More reading on tire sizes

http://www.sheldonbrown.com/tire-sizing.html

http://www.sheldonbrown.com/chicago-schwinns.html


----------



## Romario

Thanks. Another thing I wanted to replace is the headlight - it's pretty rusted as you see, but if the replacement is expensive I might just sand it and paint it.

Those are cosmetic things, anything else I need to take care before trying to ride it?


----------



## Eric Amlie

Romario said:


> anything else I need to take care before trying to ride it?

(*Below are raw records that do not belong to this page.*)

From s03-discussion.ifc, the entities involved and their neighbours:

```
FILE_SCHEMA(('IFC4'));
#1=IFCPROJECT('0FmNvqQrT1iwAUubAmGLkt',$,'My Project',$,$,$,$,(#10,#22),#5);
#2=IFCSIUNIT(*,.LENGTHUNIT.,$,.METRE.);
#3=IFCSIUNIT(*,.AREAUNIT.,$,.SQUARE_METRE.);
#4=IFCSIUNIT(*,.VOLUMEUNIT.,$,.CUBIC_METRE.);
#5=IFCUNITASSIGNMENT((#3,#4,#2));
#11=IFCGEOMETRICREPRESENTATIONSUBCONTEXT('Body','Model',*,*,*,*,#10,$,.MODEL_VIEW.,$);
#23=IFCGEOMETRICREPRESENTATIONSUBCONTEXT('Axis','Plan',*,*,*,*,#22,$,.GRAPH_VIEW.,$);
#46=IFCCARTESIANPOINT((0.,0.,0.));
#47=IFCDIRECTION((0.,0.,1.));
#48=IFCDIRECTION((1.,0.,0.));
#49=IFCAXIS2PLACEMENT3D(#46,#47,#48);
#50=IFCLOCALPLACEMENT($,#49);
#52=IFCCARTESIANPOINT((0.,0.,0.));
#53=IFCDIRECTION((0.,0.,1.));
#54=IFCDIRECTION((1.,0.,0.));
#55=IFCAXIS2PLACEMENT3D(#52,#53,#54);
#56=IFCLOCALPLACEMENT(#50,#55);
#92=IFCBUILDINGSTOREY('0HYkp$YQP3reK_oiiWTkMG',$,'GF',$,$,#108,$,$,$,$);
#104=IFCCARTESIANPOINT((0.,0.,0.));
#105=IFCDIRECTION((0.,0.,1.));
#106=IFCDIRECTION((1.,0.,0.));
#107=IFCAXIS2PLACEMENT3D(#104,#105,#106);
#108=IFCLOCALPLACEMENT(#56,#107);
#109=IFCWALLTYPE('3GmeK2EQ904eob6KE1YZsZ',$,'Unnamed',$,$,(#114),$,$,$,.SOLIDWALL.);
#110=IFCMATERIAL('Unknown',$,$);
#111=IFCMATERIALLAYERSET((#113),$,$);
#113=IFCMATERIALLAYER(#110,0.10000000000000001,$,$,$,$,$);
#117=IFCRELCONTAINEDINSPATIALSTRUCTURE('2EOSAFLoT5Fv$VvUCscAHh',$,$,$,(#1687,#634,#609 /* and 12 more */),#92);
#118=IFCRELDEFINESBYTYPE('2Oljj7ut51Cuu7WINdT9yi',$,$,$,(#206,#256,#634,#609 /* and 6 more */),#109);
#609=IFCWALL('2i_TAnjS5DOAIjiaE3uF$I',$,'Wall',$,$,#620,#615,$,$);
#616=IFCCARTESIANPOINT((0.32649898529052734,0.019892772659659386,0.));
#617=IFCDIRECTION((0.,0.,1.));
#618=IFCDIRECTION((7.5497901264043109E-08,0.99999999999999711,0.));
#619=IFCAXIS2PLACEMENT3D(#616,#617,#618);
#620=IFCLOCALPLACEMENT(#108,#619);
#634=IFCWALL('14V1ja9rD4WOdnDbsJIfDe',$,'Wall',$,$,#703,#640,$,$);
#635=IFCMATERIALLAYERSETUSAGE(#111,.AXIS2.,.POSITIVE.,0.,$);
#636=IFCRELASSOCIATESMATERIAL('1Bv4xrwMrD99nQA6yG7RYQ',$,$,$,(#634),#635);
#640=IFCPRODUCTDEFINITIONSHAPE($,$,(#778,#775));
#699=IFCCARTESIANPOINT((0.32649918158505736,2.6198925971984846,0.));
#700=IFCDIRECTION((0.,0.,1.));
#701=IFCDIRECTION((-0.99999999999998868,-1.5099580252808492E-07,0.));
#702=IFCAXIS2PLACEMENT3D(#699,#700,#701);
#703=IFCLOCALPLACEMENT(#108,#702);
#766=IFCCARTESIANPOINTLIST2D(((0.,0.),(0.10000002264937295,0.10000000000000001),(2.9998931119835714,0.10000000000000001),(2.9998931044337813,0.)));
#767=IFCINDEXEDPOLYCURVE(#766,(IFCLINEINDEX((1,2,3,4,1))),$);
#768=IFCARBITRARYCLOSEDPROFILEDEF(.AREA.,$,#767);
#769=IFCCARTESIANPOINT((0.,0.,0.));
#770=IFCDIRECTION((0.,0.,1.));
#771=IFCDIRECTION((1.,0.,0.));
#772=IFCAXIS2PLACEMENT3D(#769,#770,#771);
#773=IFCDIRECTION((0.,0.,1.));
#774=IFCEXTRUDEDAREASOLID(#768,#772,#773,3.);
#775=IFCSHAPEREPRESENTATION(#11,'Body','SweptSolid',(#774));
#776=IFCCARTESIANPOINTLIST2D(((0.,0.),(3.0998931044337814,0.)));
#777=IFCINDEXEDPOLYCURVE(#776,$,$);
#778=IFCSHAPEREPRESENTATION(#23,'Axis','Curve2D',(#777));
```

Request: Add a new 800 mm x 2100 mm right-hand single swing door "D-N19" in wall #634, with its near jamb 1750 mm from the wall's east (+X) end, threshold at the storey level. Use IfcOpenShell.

```python
import numpy as np
import ifcopenshell
import ifcopenshell.api.feature
import ifcopenshell.api.geometry
import ifcopenshell.api.root
import ifcopenshell.api.spatial
import ifcopenshell.geom
import ifcopenshell.util.element
import ifcopenshell.util.placement
import ifcopenshell.util.representation
import ifcopenshell.util.shape
import ifcopenshell.util.unit

model = ifcopenshell.open("s03-discussion.ifc")
unit_scale = ifcopenshell.util.unit.calculate_unit_scale(model)
settings = ifcopenshell.geom.settings()


def volume(element):
    """Net volume in cubic metres, openings subtracted."""
    shape = ifcopenshell.geom.create_shape(settings, element)
    return ifcopenshell.util.shape.get_volume(shape.geometry)


wall = model.by_guid("14V1ja9rD4WOdnDbsJIfDe")
storey = ifcopenshell.util.element.get_container(wall, ifc_class="IfcBuildingStorey")
context = ifcopenshell.util.representation.get_context(model, "Model", "Body", "MODEL_VIEW")
before = volume(wall)

width, height, from_end, sill = 0.8, 2.1, 1.75, 0.0  # metres

# The wall runs along its own X axis, and the end named is its -X end.
wall_shape = ifcopenshell.geom.create_shape(settings, wall)
x, y, z = ifcopenshell.util.shape.get_vertices(wall_shape.geometry).T
start = x.min() + from_end
face, thickness = float(y.min()), float(y.max() - y.min())
wall_matrix = ifcopenshell.util.placement.get_local_placement(wall.ObjectPlacement)
level = ifcopenshell.util.placement.get_local_placement(storey.ObjectPlacement)[2, 3]


def in_wall(x, y):
    """Placement at x, y metres in the wall's axes, at sill height."""
    matrix = wall_matrix.copy()
    matrix[:, 3] = wall_matrix @ np.array([x / unit_scale, y / unit_scale, 0.0, 1.0])
    matrix[2, 3] = level + sill / unit_scale
    return matrix


# Opening: a box that overshoots both wall faces by 50 mm.
opening = ifcopenshell.api.root.create_entity(model, ifc_class="IfcOpeningElement", predefined_type="OPENING")
box = ifcopenshell.api.geometry.add_wall_representation(
    model, context=context, length=width, height=height, thickness=thickness + 0.1
)
ifcopenshell.api.geometry.assign_representation(model, product=opening, representation=box)
ifcopenshell.api.geometry.edit_object_placement(model, product=opening, matrix=in_wall(start, face - 0.05), is_si=False)
ifcopenshell.api.feature.add_feature(model, feature=opening, element=wall)

door = ifcopenshell.api.root.create_entity(model, ifc_class="IfcDoor", name="D-N19", predefined_type="DOOR")
door.OverallWidth, door.OverallHeight = width / unit_scale, height / unit_scale
door.OperationType = "SINGLE_SWING_RIGHT"
body = ifcopenshell.api.geometry.add_door_representation(
    model,
    context=context,
    overall_width=door.OverallWidth,
    overall_height=door.OverallHeight,
    operation_type="SINGLE_SWING_RIGHT",
    lining_properties={"LiningDepth": thickness / unit_scale, "ThresholdDepth": thickness / unit_scale},
)
ifcopenshell.api.geometry.assign_representation(model, product=door, representation=body)
ifcopenshell.api.spatial.assign_container(model, products=[door], relating_structure=storey)
ifcopenshell.api.feature.add_filling(model, opening=opening, element=door)

# The lining spans the wall, so the door starts at the wall face.
ifcopenshell.api.geometry.edit_object_placement(model, product=door, matrix=in_wall(start, face), is_si=False)

after = volume(wall)

print(f"wall volume {before:.3f} -> {after:.3f} m3")

model.write("s03-discussion_rev.ifc")
```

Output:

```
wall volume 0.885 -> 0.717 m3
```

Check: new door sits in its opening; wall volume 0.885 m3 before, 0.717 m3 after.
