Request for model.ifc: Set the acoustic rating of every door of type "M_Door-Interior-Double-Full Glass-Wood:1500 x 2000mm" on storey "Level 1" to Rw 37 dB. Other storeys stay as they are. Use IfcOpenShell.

First a look at what the model holds.

```python
import ifcopenshell
import ifcopenshell.util.element

model = ifcopenshell.open("model.ifc")
print(model.schema)
storey = next(s for s in model.by_type("IfcBuildingStorey") if s.Name == "Level 1")
doors = [e for e in ifcopenshell.util.element.get_decomposition(storey) if e.is_a("IfcDoor")]
seen = {}
for e in doors:
    element_type = ifcopenshell.util.element.get_type(e)
    key = (element_type.Name if element_type != e and element_type else None, ifcopenshell.util.element.get_pset(e, "Pset_DoorCommon", "AcousticRating"))
    seen[key] = seen.get(key, 0) + 1
for (name, value), count in sorted(seen.items(), key=str):
    print(count, "x", name, "|", value)
```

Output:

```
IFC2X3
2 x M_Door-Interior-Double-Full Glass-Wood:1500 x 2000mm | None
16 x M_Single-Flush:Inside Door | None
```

```python
import ifcopenshell
import ifcopenshell.api.pset
import ifcopenshell.util.element

model = ifcopenshell.open("model.ifc")

storey = next(s for s in model.by_type("IfcBuildingStorey") if s.Name == "Level 1")
doors = [e for e in ifcopenshell.util.element.get_decomposition(storey) if e.is_a("IfcDoor")]

count = 0
for e in doors:
    element_type = ifcopenshell.util.element.get_type(e)
    if element_type in (None, e) or element_type.Name != "M_Door-Interior-Double-Full Glass-Wood:1500 x 2000mm":
        continue
    # add_pset returns the element's existing set when there is one.
    pset = ifcopenshell.api.pset.add_pset(model, product=e, name="Pset_DoorCommon")
    ifcopenshell.api.pset.edit_pset(model, pset=pset, properties={"AcousticRating": "Rw 37 dB"})
    count += 1

print(count, "doors updated")

model.write("model_rev.ifc")
```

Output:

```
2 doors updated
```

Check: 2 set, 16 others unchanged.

I'd go through all the bearings on the bike, headset, bottom bracket, and wheel hubs. Clean & regrease them.
Also very important is to make sure the brakes are working sufficiently. The pads are likely hard as stone by this time and should be replaced.
Cables & housing likely will need attention, if not replacement also.
Lubing the chain and making sure that it's not too stretched is always a good idea.


----------



## bulldog1935

Sheldon's table is really good, a bit more informative for Schwinn
http://www.sheldonbrown.com/tire-sizing.html


----------



## morton

Eric Amlie said:


> I'd go through all the bearings on the bike, headset, bottom bracket, and wheel hubs. Clean & regrease them.
> Also very important is to make sure the brakes are working sufficiently. The pads are likely hard as stone by this time and should be replaced.
> Cables & housing likely will need attention, if not replacement also.
> Lubing the chain and making sure that it's not too stretched is always a good idea.




Plus 1!  Rock hard pads can do nasty things to rims and won't stop you very well.  Rock hard 40 year old grease will make it hard to ride and could damage bearings/cones. 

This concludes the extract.